Return precisely the opening lines of the listing below, ending with the line that contains "have other attributes;".

### Data supplied ###

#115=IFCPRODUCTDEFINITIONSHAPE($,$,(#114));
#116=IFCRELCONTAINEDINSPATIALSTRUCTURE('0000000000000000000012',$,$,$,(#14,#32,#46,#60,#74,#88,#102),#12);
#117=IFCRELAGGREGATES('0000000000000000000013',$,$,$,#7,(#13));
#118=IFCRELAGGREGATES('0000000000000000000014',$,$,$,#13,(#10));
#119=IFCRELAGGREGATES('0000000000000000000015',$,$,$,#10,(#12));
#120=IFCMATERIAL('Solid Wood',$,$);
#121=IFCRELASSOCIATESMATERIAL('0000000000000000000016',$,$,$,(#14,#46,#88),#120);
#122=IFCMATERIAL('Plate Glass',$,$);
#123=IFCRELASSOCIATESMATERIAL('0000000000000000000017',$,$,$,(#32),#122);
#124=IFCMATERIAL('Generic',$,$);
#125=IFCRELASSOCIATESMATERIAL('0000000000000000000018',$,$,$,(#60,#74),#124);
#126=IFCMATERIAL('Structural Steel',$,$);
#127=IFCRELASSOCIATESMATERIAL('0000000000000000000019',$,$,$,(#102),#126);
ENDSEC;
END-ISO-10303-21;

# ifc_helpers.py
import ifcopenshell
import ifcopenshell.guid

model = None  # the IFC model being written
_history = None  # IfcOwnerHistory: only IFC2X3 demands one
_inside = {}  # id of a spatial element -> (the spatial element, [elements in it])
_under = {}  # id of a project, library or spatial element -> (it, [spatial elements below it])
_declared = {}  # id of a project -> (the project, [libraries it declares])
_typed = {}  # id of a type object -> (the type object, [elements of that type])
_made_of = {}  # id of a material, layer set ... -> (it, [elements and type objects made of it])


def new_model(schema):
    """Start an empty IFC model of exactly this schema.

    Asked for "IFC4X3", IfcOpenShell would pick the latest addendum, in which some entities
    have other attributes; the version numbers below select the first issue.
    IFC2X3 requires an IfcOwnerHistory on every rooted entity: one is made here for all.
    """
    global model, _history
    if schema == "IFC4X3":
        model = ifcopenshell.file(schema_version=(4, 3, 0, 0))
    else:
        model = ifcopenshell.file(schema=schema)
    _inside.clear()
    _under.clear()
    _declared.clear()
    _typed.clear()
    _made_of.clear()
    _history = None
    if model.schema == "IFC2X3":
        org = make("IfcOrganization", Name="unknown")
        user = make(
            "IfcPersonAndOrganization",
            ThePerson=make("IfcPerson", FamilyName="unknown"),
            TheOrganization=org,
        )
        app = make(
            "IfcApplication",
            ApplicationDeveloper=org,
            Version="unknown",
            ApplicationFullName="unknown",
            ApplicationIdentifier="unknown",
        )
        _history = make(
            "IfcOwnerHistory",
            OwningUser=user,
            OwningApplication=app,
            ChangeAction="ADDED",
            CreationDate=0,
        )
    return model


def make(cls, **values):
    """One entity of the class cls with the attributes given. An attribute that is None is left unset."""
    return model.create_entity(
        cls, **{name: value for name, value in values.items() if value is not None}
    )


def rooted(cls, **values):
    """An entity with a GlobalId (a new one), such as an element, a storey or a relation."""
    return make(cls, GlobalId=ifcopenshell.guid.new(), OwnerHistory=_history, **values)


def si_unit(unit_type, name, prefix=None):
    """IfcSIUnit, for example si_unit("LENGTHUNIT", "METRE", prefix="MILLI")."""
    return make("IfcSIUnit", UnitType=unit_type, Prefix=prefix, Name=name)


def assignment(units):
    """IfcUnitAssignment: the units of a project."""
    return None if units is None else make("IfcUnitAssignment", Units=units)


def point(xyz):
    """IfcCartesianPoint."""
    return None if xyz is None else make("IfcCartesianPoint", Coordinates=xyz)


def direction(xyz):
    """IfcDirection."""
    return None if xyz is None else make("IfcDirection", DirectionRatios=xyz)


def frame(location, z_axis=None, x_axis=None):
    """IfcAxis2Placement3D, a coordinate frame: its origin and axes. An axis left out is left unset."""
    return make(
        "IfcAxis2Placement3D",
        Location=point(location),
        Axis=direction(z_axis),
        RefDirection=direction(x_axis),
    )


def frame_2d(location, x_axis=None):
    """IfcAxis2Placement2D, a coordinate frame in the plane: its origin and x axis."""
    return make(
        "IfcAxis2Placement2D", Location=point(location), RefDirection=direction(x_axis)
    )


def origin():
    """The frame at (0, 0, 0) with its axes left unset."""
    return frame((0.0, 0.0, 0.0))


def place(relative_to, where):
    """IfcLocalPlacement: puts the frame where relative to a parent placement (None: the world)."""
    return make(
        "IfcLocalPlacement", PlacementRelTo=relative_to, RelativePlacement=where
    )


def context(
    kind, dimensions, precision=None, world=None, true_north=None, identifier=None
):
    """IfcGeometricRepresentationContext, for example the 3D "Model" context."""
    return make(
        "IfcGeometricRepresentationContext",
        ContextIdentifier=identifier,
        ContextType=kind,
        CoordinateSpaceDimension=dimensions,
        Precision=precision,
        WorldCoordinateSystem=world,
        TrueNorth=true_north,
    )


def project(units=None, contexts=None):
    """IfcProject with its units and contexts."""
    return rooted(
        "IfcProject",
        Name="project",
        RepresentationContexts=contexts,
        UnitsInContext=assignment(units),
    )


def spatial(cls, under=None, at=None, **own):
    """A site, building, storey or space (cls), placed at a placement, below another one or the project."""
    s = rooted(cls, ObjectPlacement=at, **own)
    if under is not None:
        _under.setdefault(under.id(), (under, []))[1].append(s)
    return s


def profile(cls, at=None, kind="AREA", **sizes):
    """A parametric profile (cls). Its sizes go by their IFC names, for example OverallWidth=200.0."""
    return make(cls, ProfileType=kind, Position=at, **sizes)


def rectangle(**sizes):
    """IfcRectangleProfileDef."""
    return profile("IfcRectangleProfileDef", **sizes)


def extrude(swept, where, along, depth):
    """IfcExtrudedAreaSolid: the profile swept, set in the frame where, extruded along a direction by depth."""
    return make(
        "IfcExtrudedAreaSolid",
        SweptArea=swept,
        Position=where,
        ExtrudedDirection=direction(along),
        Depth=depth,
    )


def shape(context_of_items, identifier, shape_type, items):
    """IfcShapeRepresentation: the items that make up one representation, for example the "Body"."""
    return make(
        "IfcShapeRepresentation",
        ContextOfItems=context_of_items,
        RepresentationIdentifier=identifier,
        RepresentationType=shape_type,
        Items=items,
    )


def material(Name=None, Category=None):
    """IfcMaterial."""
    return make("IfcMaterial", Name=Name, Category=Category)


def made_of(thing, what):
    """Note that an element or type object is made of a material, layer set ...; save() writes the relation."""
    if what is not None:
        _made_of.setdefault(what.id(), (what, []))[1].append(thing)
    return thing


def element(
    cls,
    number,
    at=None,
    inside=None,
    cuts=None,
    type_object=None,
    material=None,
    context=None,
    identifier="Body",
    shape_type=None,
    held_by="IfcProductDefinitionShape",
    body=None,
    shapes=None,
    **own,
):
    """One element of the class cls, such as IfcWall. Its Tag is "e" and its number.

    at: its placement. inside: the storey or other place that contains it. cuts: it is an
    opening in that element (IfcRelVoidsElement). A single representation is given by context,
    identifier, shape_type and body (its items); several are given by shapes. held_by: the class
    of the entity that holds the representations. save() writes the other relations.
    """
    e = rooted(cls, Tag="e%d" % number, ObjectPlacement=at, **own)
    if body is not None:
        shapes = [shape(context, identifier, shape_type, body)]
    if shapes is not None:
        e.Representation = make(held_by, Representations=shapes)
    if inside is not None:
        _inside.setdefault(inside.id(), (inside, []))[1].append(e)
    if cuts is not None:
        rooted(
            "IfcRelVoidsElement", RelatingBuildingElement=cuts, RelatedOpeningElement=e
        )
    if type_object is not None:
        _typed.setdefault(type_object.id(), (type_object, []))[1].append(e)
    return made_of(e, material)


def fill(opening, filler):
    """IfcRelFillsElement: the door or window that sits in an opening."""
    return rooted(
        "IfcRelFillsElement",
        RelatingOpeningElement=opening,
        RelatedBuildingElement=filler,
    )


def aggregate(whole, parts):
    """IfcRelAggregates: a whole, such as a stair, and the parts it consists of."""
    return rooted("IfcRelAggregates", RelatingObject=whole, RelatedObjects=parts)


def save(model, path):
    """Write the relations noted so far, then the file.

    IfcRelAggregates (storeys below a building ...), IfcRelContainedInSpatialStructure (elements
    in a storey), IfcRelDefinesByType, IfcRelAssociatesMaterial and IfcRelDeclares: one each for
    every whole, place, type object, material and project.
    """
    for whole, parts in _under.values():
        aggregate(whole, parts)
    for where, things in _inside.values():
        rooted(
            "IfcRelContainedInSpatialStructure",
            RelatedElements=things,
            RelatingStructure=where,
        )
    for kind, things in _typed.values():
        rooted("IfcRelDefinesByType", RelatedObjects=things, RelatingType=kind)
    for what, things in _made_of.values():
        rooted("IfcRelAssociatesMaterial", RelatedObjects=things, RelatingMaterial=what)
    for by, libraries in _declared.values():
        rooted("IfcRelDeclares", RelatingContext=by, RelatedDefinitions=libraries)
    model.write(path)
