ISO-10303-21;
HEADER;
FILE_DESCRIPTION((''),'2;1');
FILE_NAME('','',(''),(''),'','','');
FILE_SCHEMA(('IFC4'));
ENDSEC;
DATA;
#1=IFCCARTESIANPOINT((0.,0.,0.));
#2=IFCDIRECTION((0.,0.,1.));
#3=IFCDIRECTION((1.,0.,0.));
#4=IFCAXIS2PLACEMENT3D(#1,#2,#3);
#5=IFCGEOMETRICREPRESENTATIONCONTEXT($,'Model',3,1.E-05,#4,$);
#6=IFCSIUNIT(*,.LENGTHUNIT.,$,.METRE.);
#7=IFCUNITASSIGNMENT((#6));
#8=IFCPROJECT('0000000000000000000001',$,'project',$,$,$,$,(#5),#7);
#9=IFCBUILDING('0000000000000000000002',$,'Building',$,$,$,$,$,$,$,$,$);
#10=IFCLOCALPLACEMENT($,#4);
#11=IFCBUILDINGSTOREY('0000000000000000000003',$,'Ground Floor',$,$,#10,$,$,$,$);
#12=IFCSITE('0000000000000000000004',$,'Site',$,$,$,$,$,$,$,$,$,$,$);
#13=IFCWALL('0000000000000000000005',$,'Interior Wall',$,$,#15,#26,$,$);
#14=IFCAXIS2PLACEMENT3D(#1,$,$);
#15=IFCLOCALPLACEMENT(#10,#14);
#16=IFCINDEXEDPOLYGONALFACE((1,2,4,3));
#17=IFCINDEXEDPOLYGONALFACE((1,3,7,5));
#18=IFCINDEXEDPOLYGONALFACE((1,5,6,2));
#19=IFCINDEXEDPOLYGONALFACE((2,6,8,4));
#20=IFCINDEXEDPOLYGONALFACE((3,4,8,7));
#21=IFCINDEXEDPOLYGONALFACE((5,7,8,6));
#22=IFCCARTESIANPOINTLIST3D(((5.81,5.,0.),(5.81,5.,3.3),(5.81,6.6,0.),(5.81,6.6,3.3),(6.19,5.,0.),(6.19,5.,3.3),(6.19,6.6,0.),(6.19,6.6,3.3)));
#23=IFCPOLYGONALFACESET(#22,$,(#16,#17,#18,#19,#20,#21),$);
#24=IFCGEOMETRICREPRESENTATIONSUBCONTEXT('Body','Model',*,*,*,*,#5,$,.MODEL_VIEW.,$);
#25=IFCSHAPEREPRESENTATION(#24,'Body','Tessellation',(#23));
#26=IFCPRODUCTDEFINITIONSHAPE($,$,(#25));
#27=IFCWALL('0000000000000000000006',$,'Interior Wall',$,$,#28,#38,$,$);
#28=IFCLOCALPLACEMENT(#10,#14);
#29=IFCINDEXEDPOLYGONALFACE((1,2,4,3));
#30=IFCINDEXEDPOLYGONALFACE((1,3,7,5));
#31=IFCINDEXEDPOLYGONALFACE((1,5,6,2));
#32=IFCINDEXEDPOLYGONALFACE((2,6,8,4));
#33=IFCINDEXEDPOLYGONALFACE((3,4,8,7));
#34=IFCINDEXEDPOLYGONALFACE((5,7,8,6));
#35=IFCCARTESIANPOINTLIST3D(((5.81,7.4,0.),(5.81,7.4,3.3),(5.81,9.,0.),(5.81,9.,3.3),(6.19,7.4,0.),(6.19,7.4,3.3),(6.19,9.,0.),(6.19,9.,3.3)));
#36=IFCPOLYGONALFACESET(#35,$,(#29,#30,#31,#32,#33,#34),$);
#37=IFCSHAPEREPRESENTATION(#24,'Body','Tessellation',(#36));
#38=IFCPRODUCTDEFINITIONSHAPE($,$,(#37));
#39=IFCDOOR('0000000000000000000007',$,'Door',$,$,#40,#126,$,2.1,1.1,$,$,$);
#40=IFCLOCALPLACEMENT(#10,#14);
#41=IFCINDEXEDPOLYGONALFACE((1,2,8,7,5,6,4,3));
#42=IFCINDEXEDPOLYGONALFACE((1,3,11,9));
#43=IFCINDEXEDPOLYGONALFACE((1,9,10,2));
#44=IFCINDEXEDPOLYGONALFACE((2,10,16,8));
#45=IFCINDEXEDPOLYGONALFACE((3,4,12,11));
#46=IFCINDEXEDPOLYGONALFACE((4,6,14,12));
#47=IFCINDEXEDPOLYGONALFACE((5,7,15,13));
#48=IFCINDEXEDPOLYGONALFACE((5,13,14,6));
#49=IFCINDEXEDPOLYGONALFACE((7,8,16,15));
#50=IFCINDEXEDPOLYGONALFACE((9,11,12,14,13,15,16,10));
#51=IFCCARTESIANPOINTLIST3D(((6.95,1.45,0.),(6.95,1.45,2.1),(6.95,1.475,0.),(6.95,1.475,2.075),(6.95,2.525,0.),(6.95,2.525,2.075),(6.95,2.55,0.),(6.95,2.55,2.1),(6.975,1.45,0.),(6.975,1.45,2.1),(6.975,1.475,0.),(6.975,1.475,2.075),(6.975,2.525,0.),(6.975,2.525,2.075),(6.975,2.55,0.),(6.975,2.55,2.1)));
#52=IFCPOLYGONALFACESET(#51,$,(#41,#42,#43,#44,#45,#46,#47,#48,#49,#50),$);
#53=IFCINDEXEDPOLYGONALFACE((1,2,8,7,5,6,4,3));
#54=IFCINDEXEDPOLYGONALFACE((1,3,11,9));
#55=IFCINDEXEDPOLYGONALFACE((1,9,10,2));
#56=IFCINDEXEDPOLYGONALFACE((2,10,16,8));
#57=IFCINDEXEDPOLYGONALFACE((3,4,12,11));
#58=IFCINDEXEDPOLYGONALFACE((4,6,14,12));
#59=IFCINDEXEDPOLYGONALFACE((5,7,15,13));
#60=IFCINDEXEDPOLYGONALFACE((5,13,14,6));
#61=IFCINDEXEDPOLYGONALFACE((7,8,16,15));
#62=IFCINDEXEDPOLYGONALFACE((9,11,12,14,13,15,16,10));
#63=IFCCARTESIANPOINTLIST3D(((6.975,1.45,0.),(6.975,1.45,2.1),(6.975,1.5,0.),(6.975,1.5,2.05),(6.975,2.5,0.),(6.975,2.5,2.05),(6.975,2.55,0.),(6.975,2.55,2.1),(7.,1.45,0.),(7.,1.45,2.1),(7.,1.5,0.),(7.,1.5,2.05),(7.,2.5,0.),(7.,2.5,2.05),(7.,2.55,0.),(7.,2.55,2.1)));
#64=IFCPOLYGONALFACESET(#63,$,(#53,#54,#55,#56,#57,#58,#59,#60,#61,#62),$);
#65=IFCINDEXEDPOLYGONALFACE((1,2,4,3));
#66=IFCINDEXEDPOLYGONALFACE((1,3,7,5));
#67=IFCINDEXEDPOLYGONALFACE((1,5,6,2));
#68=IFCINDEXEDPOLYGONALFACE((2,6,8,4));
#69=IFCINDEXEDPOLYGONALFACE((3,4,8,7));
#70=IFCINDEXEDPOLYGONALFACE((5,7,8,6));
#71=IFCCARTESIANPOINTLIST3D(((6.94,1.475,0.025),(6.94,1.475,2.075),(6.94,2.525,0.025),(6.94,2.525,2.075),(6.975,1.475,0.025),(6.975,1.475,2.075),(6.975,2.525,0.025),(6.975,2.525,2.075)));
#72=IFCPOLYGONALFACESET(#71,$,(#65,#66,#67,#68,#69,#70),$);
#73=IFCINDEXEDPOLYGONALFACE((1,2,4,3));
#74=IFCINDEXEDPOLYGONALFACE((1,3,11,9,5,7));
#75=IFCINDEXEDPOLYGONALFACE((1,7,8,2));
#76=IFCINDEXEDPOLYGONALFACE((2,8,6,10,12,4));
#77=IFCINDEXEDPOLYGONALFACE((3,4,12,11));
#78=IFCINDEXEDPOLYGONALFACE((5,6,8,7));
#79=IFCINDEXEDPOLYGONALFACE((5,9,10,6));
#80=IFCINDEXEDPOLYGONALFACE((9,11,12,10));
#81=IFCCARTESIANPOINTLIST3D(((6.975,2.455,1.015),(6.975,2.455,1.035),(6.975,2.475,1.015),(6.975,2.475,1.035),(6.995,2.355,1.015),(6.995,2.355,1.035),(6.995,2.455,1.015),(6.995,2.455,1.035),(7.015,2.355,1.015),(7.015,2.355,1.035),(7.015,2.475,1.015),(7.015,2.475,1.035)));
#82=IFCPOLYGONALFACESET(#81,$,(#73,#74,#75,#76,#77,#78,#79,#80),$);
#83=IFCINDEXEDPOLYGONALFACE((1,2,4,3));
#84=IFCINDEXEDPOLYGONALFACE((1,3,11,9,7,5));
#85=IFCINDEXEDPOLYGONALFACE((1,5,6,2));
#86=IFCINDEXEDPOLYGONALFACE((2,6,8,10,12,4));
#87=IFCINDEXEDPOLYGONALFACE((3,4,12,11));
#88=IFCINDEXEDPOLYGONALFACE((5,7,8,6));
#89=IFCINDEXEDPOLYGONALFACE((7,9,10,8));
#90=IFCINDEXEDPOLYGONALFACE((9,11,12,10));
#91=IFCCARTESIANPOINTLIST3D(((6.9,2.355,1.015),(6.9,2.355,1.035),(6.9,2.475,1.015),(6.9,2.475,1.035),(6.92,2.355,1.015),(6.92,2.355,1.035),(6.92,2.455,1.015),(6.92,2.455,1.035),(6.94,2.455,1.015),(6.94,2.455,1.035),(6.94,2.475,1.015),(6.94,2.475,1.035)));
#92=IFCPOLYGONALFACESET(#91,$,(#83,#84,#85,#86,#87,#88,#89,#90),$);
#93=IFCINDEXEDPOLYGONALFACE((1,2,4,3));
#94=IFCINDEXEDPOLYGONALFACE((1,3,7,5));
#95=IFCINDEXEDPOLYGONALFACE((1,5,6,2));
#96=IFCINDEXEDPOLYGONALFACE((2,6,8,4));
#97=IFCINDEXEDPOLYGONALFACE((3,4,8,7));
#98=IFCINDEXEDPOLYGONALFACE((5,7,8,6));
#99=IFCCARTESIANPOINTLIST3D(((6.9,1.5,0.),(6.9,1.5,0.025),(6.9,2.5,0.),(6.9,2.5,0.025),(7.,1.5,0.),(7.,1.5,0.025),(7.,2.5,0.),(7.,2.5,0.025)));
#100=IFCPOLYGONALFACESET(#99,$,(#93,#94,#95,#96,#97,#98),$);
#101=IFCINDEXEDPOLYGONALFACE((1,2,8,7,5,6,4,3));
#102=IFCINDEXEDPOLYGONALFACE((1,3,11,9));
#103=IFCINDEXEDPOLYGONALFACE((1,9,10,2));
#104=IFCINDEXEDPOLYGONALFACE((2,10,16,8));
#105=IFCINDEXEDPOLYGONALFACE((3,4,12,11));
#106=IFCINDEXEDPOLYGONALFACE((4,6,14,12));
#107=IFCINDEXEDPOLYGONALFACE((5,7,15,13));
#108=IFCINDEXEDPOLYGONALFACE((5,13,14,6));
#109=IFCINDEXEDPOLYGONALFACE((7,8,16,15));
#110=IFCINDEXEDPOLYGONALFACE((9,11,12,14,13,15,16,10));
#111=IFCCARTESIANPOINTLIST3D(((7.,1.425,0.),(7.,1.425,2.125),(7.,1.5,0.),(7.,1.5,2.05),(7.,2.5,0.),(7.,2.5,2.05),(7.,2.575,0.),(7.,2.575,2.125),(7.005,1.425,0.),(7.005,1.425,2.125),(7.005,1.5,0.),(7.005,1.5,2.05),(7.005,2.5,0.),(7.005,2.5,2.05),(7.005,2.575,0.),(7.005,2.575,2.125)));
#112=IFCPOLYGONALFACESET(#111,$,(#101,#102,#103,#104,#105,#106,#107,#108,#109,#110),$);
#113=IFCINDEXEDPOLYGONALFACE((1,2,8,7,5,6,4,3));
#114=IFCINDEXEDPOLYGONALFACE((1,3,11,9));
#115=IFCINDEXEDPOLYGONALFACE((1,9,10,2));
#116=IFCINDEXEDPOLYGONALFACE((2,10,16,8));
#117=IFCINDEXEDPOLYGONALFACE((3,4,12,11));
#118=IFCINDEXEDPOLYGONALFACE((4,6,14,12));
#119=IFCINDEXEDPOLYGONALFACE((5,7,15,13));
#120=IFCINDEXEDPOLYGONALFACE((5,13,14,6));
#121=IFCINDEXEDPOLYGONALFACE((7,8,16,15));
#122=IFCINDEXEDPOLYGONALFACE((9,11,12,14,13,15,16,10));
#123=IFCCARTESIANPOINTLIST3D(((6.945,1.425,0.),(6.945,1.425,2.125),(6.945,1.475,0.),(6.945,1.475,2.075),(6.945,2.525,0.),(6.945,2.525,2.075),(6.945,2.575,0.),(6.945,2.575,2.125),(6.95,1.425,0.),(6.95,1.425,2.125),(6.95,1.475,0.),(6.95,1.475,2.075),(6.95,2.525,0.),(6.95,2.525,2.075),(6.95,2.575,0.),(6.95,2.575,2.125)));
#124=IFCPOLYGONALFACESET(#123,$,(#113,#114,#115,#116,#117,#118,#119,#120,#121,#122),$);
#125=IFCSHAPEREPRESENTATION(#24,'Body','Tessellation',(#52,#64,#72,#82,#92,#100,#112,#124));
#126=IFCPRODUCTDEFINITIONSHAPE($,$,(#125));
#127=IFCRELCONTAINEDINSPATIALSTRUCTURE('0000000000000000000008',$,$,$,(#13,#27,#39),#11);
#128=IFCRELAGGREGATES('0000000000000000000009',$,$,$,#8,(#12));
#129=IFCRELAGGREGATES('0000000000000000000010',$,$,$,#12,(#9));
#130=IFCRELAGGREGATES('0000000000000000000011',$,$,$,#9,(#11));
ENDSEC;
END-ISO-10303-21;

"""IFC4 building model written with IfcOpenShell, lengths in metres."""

from ifc_helpers import new_model, si_unit, frame, origin_with_axes, place, context, subcontext, project, spatial, line, indexed_curve, outline, extrude, element, save


model = new_model("IFC4")

# Units and contexts
model_context = context("Model", 3, precision=1e-05, world=origin_with_axes())
body_context = subcontext(model_context, "Body", "Model", "MODEL_VIEW")
ifc_project = project(units=[si_unit("LENGTHUNIT", "METRE")], contexts=[model_context])

# Site, building, storey
site = spatial("IfcSite", under=ifc_project, Name="Site")
building = spatial("IfcBuilding", under=site, Name="Building")
storey_placement = place(None, origin_with_axes())
storey = spatial("IfcBuildingStorey", under=building, at=storey_placement, Name="Ground Floor")

# Walls
for number, where, z_axis, x_axis, name in (
    (1, (6.0, 5.0, 0.0), (0.0, 0.0, 1.0), (0.0, 1.0, 0.0), "Interior Wall"),
    (2, (6.0, 7.4, 0.0), (0.0, 0.0, 1.0), (0.0, 1.0, 0.0), "Interior Wall"),
):
    element("IfcWall", number, at=place(storey_placement, frame(where, z_axis=z_axis, x_axis=x_axis)), inside=storey, Name=name, context=body_context, shape_type="SweptSolid", body=[
        extrude(outline(indexed_curve([(0.0, 0.0), (0.0, 0.38), (1.6, 0.38), (1.6, 0.0), (0.0, 0.0)], self_intersect=False)), frame((0.0, -0.19, 0.0), z_axis=(0.0, 0.0, 1.0), x_axis=(1.0, 0.0, 0.0)), (0.0, 0.0, 1.0), 3.3),
    ])

# Door
door_1_placement = place(storey_placement, frame((7.0, 1.45, 0.0), z_axis=(0.0, 0.0, 1.0), x_axis=(0.0, 1.0, 0.0)))
element("IfcDoor", 3, at=door_1_placement, inside=storey, Name="Door", OverallHeight=2.1, OverallWidth=1.1, context=body_context, shape_type="SweptSolid", body=[
    extrude(outline(indexed_curve([(0.0, 0.0), (0.0, 2.1), (1.1, 2.1), (1.1, 0.0), (1.075, 0.0), (1.075, 2.075), (0.025, 2.075), (0.025, 0.0)], segments=[line(1, 2, 3, 4, 5, 6, 7, 8, 1)])), frame((0.0, 0.025, 0.0), z_axis=(0.0, -1.0, 0.0), x_axis=(1.0, 0.0, 0.0)), (0.0, 0.0, -1.0), 0.025),
    extrude(outline(indexed_curve([(0.0, 0.0), (0.0, 2.1), (1.1, 2.1), (1.1, 0.0), (1.05, 0.0), (1.05, 2.05), (0.05, 2.05), (0.05, 0.0)], segments=[line(1, 2, 3, 4, 5, 6, 7, 8, 1)])), frame((0.0, 0.0, 0.0), z_axis=(0.0, -1.0, 0.0), x_axis=(1.0, 0.0, 0.0)), (0.0, 0.0, -1.0), 0.025),
    extrude(outline(indexed_curve([(0.0, 0.0), (1.05, 0.0), (1.05, 0.035), (0.0, 0.035)], segments=[line(1, 2, 3, 4, 1)])), frame((0.025, 0.025, 0.025), z_axis=(0.0, 0.0, 1.0), x_axis=(1.0, 0.0, 0.0)), (0.0, 0.0, 1.0), 2.05),
    extrude(outline(indexed_curve([(0.0, 0.0), (0.0, -0.04), (-0.12, -0.04), (-0.12, -0.02), (-0.02, -0.02), (-0.02, 0.0)], segments=[line(1, 2, 3, 4, 5, 6, 1)])), frame((1.025, 0.025, 1.015), z_axis=(0.0, 0.0, 1.0), x_axis=(1.0, 0.0, 0.0)), (0.0, 0.0, 1.0), 0.02),
    extrude(outline(indexed_curve([(0.0, 0.0), (0.0, 0.04), (-0.12, 0.04), (-0.12, 0.02), (-0.02, 0.02), (-0.02, 0.0)], segments=[line(1, 2, 3, 4, 5, 6, 1)])), frame((1.025, 0.06, 1.015), z_axis=(0.0, 0.0, 1.0), x_axis=(1.0, 0.0, 0.0)), (0.0, 0.0, 1.0), 0.02),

###

Solution to this exercise:
#115=IFCPRODUCTDEFINITIONSHAPE($,$,(#114));
#116=IFCRELCONTAINEDINSPATIALSTRUCTURE('0000000000000000000012',$,$,$,(#14,#32,#46,#60,#74,#88,#102),#12);
#117=IFCRELAGGREGATES('0000000000000000000013',$,$,$,#7,(#13));
#118=IFCRELAGGREGATES('0000000000000000000014',$,$,$,#13,(#10));
#119=IFCRELAGGREGATES('0000000000000000000015',$,$,$,#10,(#12));
#120=IFCMATERIAL('Solid Wood',$,$);
#121=IFCRELASSOCIATESMATERIAL('0000000000000000000016',$,$,$,(#14,#46,#88),#120);
#122=IFCMATERIAL('Plate Glass',$,$);
#123=IFCRELASSOCIATESMATERIAL('0000000000000000000017',$,$,$,(#32),#122);
#124=IFCMATERIAL('Generic',$,$);
#125=IFCRELASSOCIATESMATERIAL('0000000000000000000018',$,$,$,(#60,#74),#124);
#126=IFCMATERIAL('Structural Steel',$,$);
#127=IFCRELASSOCIATESMATERIAL('0000000000000000000019',$,$,$,(#102),#126);
ENDSEC;
END-ISO-10303-21;

# ifc_helpers.py
import ifcopenshell
import ifcopenshell.guid

model = None  # the IFC model being written
_history = None  # IfcOwnerHistory: only IFC2X3 demands one
_inside = {}  # id of a spatial element -> (the spatial element, [elements in it])
_under = {}  # id of a project, library or spatial element -> (it, [spatial elements below it])
_declared = {}  # id of a project -> (the project, [libraries it declares])
_typed = {}  # id of a type object -> (the type object, [elements of that type])
_made_of = {}  # id of a material, layer set ... -> (it, [elements and type objects made of it])


def new_model(schema):
    """Start an empty IFC model of exactly this schema.

    Asked for "IFC4X3", IfcOpenShell would pick the latest addendum, in which some entities
    have other attributes; the version numbers below select the first issue.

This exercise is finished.